Let us execute next cell.

In this cell, we are creating two Tensors of size two.

And then we are summing up these Tensors.

So very simple.

So we're getting actually Tensor of size two by two, sorry.

So now let us execute next cell.

Here, we're creating autograd variable x, out of x,

and autograd variable y, out of y,

and saying both times (requires_gradient=True).

So now I can sum up these variables:

var_x + var_y and then we're printing out the gradient function,

how it was created.

Let us do this and we see z was created with add operation, <AddBackward>.

But now, what we do is the Following: we are extracting

the data out of this sum. Just the data.

And passing it to a new variable which is called var_z_data.

And then, we are creating actually new variable, new autograd.Variable,

and passing this new data variable in it and

then we are printing out and then we are trying to print out how it was created.

So we're actually printing out new_variable_z.gradient_function.

And then you see, none.

It's lost, because here,

if we are extracting the data.

We have extracted only data but not the gradient function.

And, yes, then the computational graph at this point is already broken so

the grad_fn was not passed and we

have retained only data but not the gradient function.
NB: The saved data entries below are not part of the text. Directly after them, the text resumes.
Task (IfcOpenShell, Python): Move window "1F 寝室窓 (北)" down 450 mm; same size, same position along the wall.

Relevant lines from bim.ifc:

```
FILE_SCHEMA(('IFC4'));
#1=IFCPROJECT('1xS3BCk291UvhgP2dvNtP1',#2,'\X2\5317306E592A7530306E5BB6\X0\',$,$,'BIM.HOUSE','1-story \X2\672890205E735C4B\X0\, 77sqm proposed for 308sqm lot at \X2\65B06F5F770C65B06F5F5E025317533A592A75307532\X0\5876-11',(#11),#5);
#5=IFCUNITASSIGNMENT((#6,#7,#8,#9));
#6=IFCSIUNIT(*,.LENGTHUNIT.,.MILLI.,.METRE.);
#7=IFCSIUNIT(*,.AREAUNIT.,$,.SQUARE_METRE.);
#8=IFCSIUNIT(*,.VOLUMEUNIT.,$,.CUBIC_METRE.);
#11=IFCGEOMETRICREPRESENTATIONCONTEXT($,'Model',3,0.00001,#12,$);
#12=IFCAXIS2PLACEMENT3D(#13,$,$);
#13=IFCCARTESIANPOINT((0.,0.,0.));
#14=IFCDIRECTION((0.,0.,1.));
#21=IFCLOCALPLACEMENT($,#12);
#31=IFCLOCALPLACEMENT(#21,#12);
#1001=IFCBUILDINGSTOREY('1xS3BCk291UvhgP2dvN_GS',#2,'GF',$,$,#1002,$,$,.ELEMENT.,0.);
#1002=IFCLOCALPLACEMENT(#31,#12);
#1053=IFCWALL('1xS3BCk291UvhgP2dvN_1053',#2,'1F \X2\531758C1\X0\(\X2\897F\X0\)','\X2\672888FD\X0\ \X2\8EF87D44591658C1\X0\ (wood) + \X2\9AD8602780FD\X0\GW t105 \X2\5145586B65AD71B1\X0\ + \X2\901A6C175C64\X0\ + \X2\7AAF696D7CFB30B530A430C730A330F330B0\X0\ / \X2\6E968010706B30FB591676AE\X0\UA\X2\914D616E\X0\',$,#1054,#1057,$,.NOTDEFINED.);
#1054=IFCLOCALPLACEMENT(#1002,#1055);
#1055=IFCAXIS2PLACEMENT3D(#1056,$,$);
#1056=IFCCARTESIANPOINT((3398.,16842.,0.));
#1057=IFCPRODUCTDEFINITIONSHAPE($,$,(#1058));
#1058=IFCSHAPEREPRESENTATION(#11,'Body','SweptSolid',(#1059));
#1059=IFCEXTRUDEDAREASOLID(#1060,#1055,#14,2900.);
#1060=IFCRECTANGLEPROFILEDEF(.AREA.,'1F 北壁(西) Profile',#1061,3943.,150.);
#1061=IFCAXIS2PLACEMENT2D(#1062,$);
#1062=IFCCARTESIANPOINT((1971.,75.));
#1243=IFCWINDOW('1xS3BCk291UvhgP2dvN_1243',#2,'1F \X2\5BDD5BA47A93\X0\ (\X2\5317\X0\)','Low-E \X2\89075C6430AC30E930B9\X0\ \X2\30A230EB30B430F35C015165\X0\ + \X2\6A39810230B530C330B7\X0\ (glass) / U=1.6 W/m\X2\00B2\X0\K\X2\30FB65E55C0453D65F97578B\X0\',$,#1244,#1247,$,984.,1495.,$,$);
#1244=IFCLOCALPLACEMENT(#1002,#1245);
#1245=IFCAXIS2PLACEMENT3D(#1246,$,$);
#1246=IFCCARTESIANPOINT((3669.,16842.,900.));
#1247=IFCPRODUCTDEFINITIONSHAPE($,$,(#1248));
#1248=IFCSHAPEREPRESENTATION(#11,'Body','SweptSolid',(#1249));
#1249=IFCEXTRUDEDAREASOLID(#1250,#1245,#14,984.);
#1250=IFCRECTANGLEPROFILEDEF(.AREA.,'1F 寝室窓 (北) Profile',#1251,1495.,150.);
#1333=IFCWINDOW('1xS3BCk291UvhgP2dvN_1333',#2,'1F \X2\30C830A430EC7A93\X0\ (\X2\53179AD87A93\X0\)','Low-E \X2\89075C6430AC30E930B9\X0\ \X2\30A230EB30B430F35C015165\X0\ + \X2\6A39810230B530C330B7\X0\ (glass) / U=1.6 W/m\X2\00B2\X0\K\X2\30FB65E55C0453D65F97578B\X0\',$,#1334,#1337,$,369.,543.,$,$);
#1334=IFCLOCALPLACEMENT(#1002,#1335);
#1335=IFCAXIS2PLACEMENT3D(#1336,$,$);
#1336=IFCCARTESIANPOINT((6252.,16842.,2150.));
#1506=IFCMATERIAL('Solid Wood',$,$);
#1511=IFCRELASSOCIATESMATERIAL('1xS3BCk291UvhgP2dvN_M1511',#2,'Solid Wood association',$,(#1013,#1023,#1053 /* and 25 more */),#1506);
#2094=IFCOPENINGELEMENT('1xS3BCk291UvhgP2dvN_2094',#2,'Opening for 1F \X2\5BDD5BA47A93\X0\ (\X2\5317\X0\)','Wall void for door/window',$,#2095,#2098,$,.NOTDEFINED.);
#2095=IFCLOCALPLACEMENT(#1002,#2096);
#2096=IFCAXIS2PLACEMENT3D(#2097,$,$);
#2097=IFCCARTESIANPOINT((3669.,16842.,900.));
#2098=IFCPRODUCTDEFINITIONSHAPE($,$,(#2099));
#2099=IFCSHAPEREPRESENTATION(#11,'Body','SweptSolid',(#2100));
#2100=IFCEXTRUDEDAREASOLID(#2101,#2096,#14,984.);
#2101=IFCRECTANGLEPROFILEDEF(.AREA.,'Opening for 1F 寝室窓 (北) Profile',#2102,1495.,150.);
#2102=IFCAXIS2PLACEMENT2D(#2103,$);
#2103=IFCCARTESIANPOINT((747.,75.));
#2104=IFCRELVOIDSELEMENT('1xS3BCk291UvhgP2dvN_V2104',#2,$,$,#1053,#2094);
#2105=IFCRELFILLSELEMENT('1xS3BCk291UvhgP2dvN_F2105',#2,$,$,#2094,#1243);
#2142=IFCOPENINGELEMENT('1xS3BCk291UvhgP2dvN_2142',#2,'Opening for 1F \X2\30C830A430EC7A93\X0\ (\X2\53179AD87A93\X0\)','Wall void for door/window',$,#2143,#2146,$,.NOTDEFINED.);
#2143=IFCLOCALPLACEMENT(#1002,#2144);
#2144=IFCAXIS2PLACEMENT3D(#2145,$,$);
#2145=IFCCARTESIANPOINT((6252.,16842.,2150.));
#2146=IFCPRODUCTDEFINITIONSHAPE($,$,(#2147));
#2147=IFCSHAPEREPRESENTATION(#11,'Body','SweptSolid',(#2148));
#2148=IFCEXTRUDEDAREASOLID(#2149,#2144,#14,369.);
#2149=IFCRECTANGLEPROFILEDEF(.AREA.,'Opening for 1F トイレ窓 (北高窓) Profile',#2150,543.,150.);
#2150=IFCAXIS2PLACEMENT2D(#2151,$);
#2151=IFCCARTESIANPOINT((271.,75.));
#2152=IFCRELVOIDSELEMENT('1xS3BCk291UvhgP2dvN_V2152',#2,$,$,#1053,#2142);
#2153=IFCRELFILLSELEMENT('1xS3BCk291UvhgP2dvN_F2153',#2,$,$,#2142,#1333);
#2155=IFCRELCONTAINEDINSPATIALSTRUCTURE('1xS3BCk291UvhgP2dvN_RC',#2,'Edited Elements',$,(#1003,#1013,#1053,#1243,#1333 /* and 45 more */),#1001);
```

```python
import numpy as np
import ifcopenshell
import ifcopenshell.api.geometry
import ifcopenshell.util.placement
import ifcopenshell.util.unit

model = ifcopenshell.open("bim.ifc")
unit_scale = ifcopenshell.util.unit.calculate_unit_scale(model)

window = model.by_guid("1xS3BCk291UvhgP2dvN_1243")
opening = window.FillsVoids[0].RelatingOpeningElement
dz = -450.0

shift = np.array([0.0, 0.0, dz])
# The window is not placed relative to its opening, so move both.
for product in (opening, window):
    matrix = ifcopenshell.util.placement.get_local_placement(product.ObjectPlacement)
    matrix[:3, 3] += shift
    ifcopenshell.api.geometry.edit_object_placement(model, product=product, matrix=matrix, is_si=False)

print(f"moved by {dz * unit_scale:+.3f} m")

model.write("bim_rev.ifc")
```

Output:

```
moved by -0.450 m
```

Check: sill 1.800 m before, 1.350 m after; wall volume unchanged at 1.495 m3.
Now, if we tried to call <Backward> on this new autograd variable,

new_var_z which was created again with the data out of var_z,

we will get exception because there's nothing there.

Here we have a runtime error

that the element of variable does not require grad and does not have a gradient function.

This is the important point.

Does not have a gradient function.

Gradient function was lost and last but not least,

in this session, I would like to

briefly mention the CUDA functionality of the Torch Tensor.

As you probably remember,

the keras in Tensor flow,

automatically detect whether you have GPU acceleration on your machine or not.

And they will execute everything on the GPU,

if your GPU is available,

or on CPU if GPU is not available,

for PyTorch, you can very granually decide what to execute on GPU

and which Tensors you want to execute where, on GPU or on CPU.

Here you have a check.

And you can check torch.CUDA.is available().

And this check you can run every time if you want to decide where to execute the Tensor.

If you want to execute the tensor on CUDA,

and CUDA is available,

you just add CUDA function,.cuda().

And then it will run this Tensor on GPU.

If you don't want to run the Tensor on GPU,

you don't add this CUDA function at the end and it will run on CPU.

This is very, very flexible.

So in my opinion,

the main advantage of PyTorch is its huge flexibility.

Okay. I hope you enjoyed the session and next time we're going

to try something really practical.

We're going to build up a linear model with PyTorch.

See you then. Enjoy our sessions. Bye bye.